She stared. “And you think that qualifies me to lead?”

He smiled and patted her cheek. “You’re proving my point, luv.” He climbed in and shut the door.

Baffled, she shook her head went around to her side.

They were in the midst of heavy traffic on 1-5 before he spoke again. “I didn’t tell you what I went to New Orleans for.”

“I noticed,” she said dryly.

“I needed to confirm something about Dis I’d read in several references. Not good references, mind you. The only grimoires they didn’t burn during the Purge were all but worthless—fiction mixed with fantasy and peppered with a few stray facts, probably by accident. I can’t tell you how much nonsense got passed on from one medieval dabbler to another. One asshole would make up something to sound important, and half a dozen others dutifully recorded it.”

“Actually, you have told me.” Many times.

“Have I?” He glanced at her and then ahead. “That’s why I needed to double-check this. The text I wanted is far more reliable than most. It, ah, wasn’t available. But I was able to buy a photocopy of the pertinent pages. Cost a pretty penny just for that,” he added. “Isen covered it, though.”

“I take it this—” Her cell phone rang. “Pass me my phone, would you?”

He dug it out of her purse and handed it to her.

“Yes?” As she listened, her heart began to pound. “Yes. All right. Tell Cynna—no, I’ll call her myself. Do you know when they… wait, let me get a pen.”

But Cullen beat her to it. She repeated the information aloud, and he jotted down the flight numbers.

“Got it,” she said. “We’ll pick up the one from Canada.

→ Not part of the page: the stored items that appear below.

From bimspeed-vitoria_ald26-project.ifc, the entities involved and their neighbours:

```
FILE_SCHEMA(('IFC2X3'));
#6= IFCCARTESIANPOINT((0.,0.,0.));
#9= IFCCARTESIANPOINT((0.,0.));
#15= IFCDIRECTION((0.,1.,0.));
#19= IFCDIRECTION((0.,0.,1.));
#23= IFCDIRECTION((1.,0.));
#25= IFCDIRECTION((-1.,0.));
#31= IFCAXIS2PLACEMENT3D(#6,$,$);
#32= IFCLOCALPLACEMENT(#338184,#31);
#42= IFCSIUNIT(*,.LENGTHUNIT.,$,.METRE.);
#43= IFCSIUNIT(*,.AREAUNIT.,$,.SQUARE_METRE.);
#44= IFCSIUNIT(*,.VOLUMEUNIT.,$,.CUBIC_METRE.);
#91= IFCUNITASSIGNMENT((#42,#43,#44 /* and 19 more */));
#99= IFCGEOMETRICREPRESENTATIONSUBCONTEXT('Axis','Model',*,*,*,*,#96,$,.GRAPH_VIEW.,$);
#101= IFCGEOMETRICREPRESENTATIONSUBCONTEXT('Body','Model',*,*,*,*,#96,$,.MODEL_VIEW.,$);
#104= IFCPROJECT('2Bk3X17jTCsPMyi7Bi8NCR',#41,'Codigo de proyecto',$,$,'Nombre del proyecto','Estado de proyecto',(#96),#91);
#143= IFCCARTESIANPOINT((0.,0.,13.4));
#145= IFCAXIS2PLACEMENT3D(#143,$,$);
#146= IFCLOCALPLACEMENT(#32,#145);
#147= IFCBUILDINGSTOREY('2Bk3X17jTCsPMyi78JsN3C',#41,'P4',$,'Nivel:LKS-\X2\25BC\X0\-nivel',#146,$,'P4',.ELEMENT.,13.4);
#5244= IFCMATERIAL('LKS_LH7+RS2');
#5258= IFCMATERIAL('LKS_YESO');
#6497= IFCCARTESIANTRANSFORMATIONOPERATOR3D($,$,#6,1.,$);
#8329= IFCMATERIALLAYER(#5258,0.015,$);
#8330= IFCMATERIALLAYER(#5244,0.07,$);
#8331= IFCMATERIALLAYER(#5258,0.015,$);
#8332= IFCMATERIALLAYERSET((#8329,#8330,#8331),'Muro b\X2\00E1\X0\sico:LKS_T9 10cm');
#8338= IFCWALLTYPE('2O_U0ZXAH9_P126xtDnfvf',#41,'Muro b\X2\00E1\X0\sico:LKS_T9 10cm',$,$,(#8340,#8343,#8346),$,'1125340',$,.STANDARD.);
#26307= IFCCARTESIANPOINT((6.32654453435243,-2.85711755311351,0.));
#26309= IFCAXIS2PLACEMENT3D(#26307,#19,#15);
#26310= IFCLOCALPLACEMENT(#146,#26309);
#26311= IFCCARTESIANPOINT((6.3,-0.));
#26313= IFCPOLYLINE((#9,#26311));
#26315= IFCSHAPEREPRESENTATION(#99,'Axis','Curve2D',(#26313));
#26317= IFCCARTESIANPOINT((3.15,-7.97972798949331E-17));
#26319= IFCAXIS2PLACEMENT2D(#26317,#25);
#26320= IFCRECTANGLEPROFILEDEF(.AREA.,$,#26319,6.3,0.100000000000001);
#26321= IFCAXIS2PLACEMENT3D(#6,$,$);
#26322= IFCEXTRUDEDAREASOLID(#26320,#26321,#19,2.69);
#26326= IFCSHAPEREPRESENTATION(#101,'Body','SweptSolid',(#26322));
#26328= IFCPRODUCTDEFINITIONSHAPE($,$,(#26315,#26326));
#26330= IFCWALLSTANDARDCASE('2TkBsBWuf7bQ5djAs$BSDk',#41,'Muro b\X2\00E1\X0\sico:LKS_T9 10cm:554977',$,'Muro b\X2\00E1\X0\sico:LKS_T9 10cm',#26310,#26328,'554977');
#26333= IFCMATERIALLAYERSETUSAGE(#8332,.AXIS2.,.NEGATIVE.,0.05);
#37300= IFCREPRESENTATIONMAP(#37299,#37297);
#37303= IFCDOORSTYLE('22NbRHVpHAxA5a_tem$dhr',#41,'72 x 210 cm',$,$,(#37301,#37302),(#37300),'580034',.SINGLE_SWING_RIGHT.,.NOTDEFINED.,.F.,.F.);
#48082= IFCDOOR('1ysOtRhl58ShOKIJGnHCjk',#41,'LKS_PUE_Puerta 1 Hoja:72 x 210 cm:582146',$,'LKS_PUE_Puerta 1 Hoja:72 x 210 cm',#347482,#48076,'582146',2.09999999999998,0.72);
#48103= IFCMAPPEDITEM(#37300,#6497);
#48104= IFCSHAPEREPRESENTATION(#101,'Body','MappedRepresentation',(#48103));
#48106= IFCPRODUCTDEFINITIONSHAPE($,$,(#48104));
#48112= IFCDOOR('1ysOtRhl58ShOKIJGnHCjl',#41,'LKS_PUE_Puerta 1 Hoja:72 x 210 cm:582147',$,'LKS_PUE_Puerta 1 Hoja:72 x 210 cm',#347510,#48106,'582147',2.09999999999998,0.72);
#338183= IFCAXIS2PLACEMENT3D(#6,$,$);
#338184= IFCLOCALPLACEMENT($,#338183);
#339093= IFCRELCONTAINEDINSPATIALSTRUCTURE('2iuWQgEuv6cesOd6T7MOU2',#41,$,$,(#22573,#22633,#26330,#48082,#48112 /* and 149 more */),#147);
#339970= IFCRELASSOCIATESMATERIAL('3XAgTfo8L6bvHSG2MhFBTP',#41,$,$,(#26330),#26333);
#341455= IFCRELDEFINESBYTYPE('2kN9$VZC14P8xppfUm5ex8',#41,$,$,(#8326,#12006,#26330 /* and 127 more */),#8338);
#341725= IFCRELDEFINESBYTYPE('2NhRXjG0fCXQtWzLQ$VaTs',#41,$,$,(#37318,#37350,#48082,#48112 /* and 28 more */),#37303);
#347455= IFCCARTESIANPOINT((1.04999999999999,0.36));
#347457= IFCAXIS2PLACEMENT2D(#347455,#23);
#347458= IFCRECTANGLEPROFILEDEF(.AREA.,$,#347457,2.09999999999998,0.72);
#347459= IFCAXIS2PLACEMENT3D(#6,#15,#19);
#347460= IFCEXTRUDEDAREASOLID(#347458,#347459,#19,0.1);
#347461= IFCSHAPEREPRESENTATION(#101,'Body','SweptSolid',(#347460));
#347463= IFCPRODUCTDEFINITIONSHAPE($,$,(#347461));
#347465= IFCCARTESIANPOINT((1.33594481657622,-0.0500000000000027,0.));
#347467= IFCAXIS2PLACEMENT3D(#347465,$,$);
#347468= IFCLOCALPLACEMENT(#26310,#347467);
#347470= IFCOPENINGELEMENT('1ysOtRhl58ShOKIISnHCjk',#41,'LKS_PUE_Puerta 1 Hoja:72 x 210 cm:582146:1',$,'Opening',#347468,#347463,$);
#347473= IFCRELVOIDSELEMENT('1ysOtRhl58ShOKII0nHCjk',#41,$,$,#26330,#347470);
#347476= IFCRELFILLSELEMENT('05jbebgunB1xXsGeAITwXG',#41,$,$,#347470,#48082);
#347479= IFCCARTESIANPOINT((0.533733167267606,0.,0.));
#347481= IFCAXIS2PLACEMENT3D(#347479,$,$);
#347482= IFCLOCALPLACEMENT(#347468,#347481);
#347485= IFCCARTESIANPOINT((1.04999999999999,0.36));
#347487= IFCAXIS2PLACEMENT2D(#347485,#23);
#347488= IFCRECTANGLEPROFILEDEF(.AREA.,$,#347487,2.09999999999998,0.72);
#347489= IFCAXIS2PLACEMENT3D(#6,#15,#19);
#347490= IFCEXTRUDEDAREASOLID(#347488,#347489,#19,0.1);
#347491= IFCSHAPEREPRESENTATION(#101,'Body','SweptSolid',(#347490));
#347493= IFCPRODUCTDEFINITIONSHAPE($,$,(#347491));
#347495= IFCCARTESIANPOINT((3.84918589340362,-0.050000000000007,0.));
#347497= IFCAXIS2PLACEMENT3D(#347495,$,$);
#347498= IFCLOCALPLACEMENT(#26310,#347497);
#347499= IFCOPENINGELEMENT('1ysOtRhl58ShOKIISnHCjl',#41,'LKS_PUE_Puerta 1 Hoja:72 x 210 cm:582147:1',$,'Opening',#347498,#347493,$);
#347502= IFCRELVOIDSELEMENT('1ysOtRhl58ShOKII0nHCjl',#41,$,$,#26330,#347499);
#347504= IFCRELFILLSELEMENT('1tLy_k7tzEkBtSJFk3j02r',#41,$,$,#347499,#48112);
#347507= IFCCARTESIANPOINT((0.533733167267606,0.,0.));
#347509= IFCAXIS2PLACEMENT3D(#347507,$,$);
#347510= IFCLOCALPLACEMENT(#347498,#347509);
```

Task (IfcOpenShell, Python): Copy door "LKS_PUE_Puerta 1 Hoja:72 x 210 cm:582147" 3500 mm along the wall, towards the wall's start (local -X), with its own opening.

```python
import ifcopenshell
import ifcopenshell.api.feature
import ifcopenshell.api.geometry
import ifcopenshell.api.root
import ifcopenshell.geom
import ifcopenshell.util.element
import ifcopenshell.util.placement
import ifcopenshell.util.shape

model = ifcopenshell.open("bimspeed-vitoria_ald26-project.ifc")
settings = ifcopenshell.geom.settings()


def volume(element):
    """Net volume in cubic metres, openings subtracted."""
    shape = ifcopenshell.geom.create_shape(settings, element)
    return ifcopenshell.util.shape.get_volume(shape.geometry)


def reuse_history(source, copy):
    """copy_class also copies each property set's owner history, people and application; keep the originals."""
    for rel in copy.IsDefinedBy:
        if rel.is_a("IfcRelDefinesByProperties") and (history := rel.RelatingPropertyDefinition.OwnerHistory):
            rel.RelatingPropertyDefinition.OwnerHistory = source.OwnerHistory
            ifcopenshell.util.element.remove_deep2(model, history)


door = model.by_id(48112)
opening = door.FillsVoids[0].RelatingOpeningElement
wall = opening.VoidsElements[0].RelatingBuildingElement
before = volume(wall)
shift = ifcopenshell.util.placement.get_local_placement(wall.ObjectPlacement)[:3, 0] * -3.5

# copy_class copies the void relationship, type, container and properties, but no geometry.
new_opening = ifcopenshell.api.root.copy_class(model, product=opening)
new_opening.Representation = ifcopenshell.util.element.copy_deep(
    model, opening.Representation, exclude=["IfcGeometricRepresentationContext", "IfcRepresentationMap"]
)
new_opening.Name = "LKS_PUE_Puerta 1 Hoja:72 x 210 cm"
new_door = ifcopenshell.api.root.copy_class(model, product=door)
new_door.Representation = ifcopenshell.util.element.copy_deep(
    model, door.Representation, exclude=["IfcGeometricRepresentationContext", "IfcRepresentationMap"]
)
new_door.Name = "LKS_PUE_Puerta 1 Hoja:72 x 210 cm"
new_door.Tag = None
reuse_history(door, new_door)
fills = ifcopenshell.api.feature.add_filling(model, opening=new_opening, element=new_door)
fills.OwnerHistory = new_door.OwnerHistory  # required in IFC2X3

for old, new in ((opening, new_opening), (door, new_door)):
    matrix = ifcopenshell.util.placement.get_local_placement(old.ObjectPlacement)
    matrix[:3, 3] += shift
    ifcopenshell.api.geometry.edit_object_placement(model, product=new, matrix=matrix, is_si=False)

after = volume(wall)

print(f"wall volume {before:.3f} -> {after:.3f} m3")

model.write("bimspeed-vitoria_ald26-project_updated.ifc")
```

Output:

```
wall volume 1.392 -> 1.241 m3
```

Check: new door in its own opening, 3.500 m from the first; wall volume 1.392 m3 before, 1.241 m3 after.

As Isen to send someone for the other one, so we can… Right. Later.”

She disconnected and gave Cullen a tight grin. “You heard?”

His eyes sparked with the same excitement she felt. “The scary old bats are coming.”

“Two of them are. Hannah says these are the two who matter. They’ve got the other pieces of the ritual. They’ve agreed to share those memories after they arrive, but they have to be present for the ritual.”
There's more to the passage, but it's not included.